周莹打开纸袋,拿出那条灰色的、质地柔软的羊毛围巾。她没有戴在自己脖子上,也没有立刻收起来。而是,她向前走了一小步,踮起脚,轻轻地,就像过去无数个寒冷的冬天里,她为他做过的那样,将这条崭新的围巾,仔仔细细地围在了顾彦泽的脖子上,耐心地打了一个他最习惯的结。

“你也是,”她的指尖不经意地触碰到他的脸颊,那冰凉的触感让他浑身一颤,“这边冬天湿冷,魔法攻击,比我们北方的物理攻击厉害多了。你别仗着年轻就不注意,晚上睡觉要盖好被子,别又踢被子感冒了。你那老胃病,也别总是不按时吃饭……”

她絮絮叨叨地说着,说的都是那些他早已听得厌烦、却再也听不到的叮嘱。

顾彦泽的眼眶在一瞬间滚烫,他拼命地仰起头,想把那股汹涌的热流逼回去,但视线却已经模糊成了一片。

她帮他整理好围巾,仔仔细细地抚平了每一个褶皱,然后退后一步,重新拉开了两人之间的安全距离。

“好了,我进去了。”她对他笑了笑,还是那种如释重负、又带着无限心酸的笑,“阿泽,再见。”

“莹莹……”他想叫住她,想说些什么,想说“你别走”,想说“我跟你回去”,想说无数句在这一刻显得苍白无力、愚蠢至极的话。但最终,所有的语言都堵塞在他的喉咙里,变成了一阵无声的哽咽。他只是站在原地,像一尊被钉住了脚的雕像,绝望地看着她。

“你要加油。”她又说了一句,声音很轻,却异常坚定,像一句最后的嘱托,也像一句最残忍的祝福,“替我也看看,那些更高、更远的地方,到底是什么样子的。”

说完,她不再有任何一丝的留恋,毅然地、决绝地转过身。她那瘦弱的背影,在宽阔的进站大厅那明亮得有些刺眼的灯光下,显得格外单薄,却又挺得笔直。她随着稀疏的人流,一步一步,走向那个正闪烁着绿色通行信号的检票口。

她没有回头。一次也没有。

顾彦泽就这么一直站着,目光穿过人群,死死地盯在她那个越来越小的背影上,直到她的身影被闸机口吞没,彻底消失在他的视野里,再也看不见。

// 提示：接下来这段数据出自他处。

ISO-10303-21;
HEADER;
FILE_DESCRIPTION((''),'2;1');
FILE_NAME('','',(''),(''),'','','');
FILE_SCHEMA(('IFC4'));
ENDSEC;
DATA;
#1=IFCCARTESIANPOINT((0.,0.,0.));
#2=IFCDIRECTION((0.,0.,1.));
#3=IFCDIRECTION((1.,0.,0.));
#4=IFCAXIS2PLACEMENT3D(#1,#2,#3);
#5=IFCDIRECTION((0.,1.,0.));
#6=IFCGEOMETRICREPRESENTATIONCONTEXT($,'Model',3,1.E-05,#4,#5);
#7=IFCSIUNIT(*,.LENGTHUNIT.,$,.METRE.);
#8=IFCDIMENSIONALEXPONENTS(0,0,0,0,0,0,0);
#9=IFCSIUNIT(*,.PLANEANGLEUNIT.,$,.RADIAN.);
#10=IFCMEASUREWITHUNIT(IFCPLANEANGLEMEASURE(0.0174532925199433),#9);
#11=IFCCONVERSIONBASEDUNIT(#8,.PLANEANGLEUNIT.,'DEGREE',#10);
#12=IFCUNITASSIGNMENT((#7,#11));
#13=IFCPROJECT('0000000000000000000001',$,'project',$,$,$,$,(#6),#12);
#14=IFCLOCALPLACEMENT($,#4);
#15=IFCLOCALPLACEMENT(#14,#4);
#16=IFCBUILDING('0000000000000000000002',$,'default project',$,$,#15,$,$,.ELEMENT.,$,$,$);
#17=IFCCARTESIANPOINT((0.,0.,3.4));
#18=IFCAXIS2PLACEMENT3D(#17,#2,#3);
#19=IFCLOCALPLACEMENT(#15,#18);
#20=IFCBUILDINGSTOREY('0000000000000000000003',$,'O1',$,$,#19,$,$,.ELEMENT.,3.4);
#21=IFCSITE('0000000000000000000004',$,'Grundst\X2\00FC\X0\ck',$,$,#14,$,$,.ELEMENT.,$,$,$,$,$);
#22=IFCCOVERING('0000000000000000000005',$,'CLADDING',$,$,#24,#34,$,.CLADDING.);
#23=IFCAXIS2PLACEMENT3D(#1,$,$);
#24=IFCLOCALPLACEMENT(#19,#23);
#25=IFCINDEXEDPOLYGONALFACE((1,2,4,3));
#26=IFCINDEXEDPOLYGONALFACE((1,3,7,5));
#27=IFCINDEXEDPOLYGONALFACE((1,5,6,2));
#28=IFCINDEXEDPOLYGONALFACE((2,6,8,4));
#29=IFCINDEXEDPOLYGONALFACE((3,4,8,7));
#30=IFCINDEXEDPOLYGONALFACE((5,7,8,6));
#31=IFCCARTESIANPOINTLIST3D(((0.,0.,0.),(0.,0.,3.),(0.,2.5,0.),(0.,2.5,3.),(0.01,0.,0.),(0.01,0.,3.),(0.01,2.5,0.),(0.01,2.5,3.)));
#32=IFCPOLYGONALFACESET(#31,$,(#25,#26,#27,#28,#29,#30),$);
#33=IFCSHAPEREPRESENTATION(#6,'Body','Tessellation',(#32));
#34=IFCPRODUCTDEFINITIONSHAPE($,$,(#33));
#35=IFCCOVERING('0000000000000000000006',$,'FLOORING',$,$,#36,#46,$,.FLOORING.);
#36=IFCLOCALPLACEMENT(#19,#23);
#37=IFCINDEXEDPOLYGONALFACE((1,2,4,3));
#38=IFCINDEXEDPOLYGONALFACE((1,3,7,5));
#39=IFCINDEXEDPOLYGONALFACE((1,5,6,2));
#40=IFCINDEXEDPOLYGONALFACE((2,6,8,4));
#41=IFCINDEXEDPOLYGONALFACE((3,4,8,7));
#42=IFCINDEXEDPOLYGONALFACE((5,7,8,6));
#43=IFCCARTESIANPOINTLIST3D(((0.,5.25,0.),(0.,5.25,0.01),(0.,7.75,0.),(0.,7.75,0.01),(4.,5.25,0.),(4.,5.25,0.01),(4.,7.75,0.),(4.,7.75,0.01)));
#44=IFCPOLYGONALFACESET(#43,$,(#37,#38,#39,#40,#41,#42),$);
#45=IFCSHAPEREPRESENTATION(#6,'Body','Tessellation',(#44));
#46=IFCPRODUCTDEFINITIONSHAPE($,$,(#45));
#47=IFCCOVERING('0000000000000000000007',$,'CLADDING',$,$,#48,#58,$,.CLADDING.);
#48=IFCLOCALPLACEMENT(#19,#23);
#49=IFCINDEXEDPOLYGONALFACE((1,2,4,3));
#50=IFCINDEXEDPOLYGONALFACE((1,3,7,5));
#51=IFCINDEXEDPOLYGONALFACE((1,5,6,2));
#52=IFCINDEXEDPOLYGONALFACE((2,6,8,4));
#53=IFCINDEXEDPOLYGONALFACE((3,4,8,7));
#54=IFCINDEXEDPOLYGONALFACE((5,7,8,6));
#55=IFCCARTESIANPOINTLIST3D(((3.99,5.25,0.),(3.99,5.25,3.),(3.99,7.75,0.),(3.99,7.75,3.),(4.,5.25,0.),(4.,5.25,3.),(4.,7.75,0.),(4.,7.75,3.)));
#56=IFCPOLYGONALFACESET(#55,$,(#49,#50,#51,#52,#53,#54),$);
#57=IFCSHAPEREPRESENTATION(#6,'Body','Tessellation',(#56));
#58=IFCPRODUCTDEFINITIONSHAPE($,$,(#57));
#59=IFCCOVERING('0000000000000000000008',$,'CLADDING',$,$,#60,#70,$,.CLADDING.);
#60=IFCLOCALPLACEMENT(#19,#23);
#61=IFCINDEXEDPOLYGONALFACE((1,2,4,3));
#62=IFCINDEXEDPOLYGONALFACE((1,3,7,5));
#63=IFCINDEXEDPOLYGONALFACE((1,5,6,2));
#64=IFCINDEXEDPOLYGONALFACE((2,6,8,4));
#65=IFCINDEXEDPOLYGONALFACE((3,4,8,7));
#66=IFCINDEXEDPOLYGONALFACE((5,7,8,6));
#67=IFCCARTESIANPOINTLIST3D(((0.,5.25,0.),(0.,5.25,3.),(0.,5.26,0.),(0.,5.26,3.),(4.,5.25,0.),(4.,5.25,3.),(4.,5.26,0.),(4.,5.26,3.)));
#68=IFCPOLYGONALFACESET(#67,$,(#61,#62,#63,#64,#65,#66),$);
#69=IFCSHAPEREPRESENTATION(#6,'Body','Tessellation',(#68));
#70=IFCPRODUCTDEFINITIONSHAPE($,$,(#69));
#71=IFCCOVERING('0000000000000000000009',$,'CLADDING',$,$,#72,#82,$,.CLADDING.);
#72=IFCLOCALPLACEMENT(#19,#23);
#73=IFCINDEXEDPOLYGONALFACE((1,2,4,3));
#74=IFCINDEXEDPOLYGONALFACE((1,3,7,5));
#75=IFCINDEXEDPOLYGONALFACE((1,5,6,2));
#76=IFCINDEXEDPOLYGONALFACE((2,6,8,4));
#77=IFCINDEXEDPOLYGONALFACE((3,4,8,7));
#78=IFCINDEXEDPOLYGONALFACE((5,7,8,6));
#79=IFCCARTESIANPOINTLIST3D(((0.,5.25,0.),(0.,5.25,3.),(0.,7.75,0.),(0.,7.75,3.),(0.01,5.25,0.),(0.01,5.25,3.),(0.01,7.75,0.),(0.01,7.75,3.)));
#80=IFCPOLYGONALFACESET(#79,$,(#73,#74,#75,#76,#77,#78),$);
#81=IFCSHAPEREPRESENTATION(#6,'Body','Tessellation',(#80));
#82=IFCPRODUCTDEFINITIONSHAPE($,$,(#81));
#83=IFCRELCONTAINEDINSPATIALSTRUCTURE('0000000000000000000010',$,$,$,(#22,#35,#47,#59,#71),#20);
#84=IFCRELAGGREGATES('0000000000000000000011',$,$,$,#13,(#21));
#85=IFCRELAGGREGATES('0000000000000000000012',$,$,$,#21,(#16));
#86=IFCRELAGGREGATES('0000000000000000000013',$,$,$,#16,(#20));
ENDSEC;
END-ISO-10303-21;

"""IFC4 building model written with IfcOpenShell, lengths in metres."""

from ifc_helpers import new_model, entity, si_unit, converted_unit, direction, frame, origin_with_axes, place, context, project, spatial, polyline, outline, extrude, element, save


model = new_model("IFC4")

# Units and contexts
model_context = context("Model", 3, precision=1e-05, world=origin_with_axes(), true_north=direction((0.0, 1.0, 0.0)))
ifc_project = project(units=[si_unit("LENGTHUNIT", "METRE"), converted_unit("PLANEANGLEUNIT", "DEGREE", entity("IfcPlaneAngleMeasure", 0.0174532925199433), si_unit("PLANEANGLEUNIT", "RADIAN"), dimensions=[0, 0, 0, 0, 0, 0, 0])], contexts=[model_context])

# Site, building, storey
site_placement = place(None, origin_with_axes())
site = spatial("IfcSite", under=ifc_project, at=site_placement, Name="Grundstück", CompositionType="ELEMENT")
building_placement = place(site_placement, origin_with_axes())
building = spatial("IfcBuilding", under=site, at=building_placement, Name="default project", CompositionType="ELEMENT")
placement_1 = place(building_placement, frame((0.0, 0.0, 3.4), z_axis=(0.0, 0.0, 1.0), x_axis=(1.0, 0.0, 0.0)))
storey = spatial("IfcBuildingStorey", under=building, at=placement_1, Name="O1", CompositionType="ELEMENT", Elevation=3.4)

# Coverings
element("IfcCovering", 1, at=placement_1, inside=storey, Name="CLADDING", PredefinedType="CLADDING", context=model_context, shape_type="SweptSolid", body=[
    extrude(outline(polyline([(0.01, 0.0), (0.01, 2.5), (0.0, 2.5), (0.0, 0.0), (0.01, 0.0)])), origin_with_axes(), (0.0, 0.0, 1.0), 3.0),
])
element("IfcCovering", 2, at=placement_1, inside=storey, Name="FLOORING", PredefinedType="FLOORING", context=model_context, shape_type="SweptSolid", body=[
    extrude(outline(polyline([(4.0, 7.75), (0.0, 7.75), (0.0, 5.25), (4.0, 5.25), (4.0, 7.75)])), origin_with_axes(), (0.0, 0.0, 1.0), 0.01),
])
element("IfcCovering", 3, at=placement_1, inside=storey, Name="CLADDING", PredefinedType="CLADDING", context=model_context, shape_type="SweptSolid", body=[
    extrude(outline(polyline([(3.99, 7.75), (3.99, 5.25), (4.0, 5.25), (4.0, 7.75), (3.99, 7.75)])), origin_with_axes(), (0.0, 0.0, 1.0), 3.0),
])
element("IfcCovering", 4, at=placement_1, inside=storey, Name="CLADDING", PredefinedType="CLADDING", context=model_context, shape_type="SweptSolid", body=[
    extrude(outline(polyline([(4.0, 5.26), (0.0, 5.26), (0.0, 5.25), (4.0, 5.25), (4.0, 5.26)])), origin_with_axes(), (0.0, 0.0, 1.0), 3.0),
])
element("IfcCovering", 5, at=placement_1, inside=storey, Name="CLADDING", PredefinedType="CLADDING", context=model_context, shape_type="SweptSolid", body=[
    extrude(outline(polyline([(0.01, 5.25), (0.01, 7.75), (0.0, 7.75), (0.0, 5.25), (0.01, 5.25)])), origin_with_axes(), (0.0, 0.0, 1.0), 3.0),
])

save(model, "model.ifc")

他知道,她跨越两千多公里的山海而来,忍受了一整天的格格不入与无所适从,就是为了完成这个干净利落、不给他任何挽回余地的转身。他也没有再追上去送,因为他们早已心照不宣地约定好,检票口,就是他们的终点。

时间仿佛在这一刻静止了。许久,许久之后,他才像一个被抽走了所有骨骼的人偶,缓缓地、僵硬地转过身,独自一人走出人潮散尽的进站大厅。

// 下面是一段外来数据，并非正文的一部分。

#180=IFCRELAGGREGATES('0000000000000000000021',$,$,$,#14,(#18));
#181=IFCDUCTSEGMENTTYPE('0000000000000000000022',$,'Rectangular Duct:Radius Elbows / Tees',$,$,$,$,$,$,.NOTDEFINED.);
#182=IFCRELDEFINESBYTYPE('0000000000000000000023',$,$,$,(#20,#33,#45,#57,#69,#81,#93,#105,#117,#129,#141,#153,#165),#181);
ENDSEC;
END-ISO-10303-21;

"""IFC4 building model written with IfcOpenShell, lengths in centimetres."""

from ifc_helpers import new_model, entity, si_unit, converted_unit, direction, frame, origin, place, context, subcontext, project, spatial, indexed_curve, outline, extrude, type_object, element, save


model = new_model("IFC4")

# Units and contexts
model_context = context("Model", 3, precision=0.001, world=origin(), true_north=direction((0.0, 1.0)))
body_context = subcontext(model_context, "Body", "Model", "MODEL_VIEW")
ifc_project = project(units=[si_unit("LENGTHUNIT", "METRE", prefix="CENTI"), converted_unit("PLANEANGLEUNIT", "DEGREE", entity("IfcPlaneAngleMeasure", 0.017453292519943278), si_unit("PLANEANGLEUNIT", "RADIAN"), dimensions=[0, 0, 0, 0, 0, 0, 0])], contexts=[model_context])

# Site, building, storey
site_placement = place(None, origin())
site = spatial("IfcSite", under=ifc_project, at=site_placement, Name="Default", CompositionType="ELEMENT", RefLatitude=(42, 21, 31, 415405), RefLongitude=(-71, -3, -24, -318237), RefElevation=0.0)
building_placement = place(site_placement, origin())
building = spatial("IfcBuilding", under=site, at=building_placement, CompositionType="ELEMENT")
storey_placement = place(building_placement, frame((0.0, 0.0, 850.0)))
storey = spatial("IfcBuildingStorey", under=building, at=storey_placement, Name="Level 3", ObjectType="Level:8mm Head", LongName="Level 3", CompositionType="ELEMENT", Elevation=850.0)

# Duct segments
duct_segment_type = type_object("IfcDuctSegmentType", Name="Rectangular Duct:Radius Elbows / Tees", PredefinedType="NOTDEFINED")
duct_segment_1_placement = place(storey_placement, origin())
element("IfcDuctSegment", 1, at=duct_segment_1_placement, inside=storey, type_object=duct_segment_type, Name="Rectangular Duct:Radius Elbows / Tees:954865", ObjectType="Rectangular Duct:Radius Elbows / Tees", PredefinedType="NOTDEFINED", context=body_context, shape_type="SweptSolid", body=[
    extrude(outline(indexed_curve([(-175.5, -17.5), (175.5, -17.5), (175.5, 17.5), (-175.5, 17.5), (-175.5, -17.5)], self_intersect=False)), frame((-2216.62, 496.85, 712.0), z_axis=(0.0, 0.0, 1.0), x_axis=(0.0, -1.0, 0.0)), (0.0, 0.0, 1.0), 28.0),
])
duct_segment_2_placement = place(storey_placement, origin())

他站在喧嚣而空旷的火车站广场上,冬夜的冷风从四面八方呼啸而来,肆无忌惮地灌进他的衣领,吹过他脖子上那条还残留着她指尖最后温度的围巾。那一刻,他感到了一种前所未有的、巨大的解脱,仿佛一个背负了万斤重担的囚犯,终于卸下了枷锁。然而,紧随而来的,是比那重担更可怕千万倍的、几乎要将他整个人撕裂并吞噬的、无边无际的空虚。

他终于,亲手告别了那个他拼命想要逃离的、贫瘠的过去。他终于,为那个被所有人寄予厚望、被他自己视为唯一出路的金光闪闪的“未来”,扫清了最后一块绊脚石。

而那个曾经是他整个青春世界、是他所有奋斗初衷的女孩,那个不远万里、跨越了半个中国来与他体面告别的爱人,此刻,正独自一人,坐在一列冰冷的、缓慢摇晃的、开往过去的绿皮火车上,独自归去。

顾彦泽猛地拉紧了脖子上的围巾,将下半张脸深深地埋了进去。他贪婪地、用力地呼吸着,试图从那柔软的羊毛纤维中,寻找到一丝一毫她残留的气息。然而,他闻到的,只有崭新布料的工业味道,和这个城市冰冷、潮湿、无情无义的空气。

一滴滚烫的液体,毫无征兆地从眼角滑落,砸在他冰冷的手背上,带来一阵灼痛。

广场上的雾气不知何时变得更浓了,眼前的一切都变得模糊不清。他分不清,那是泽江市冬夜里无处不在的湿气,还是他终于无法抑制的,决堤的泪水。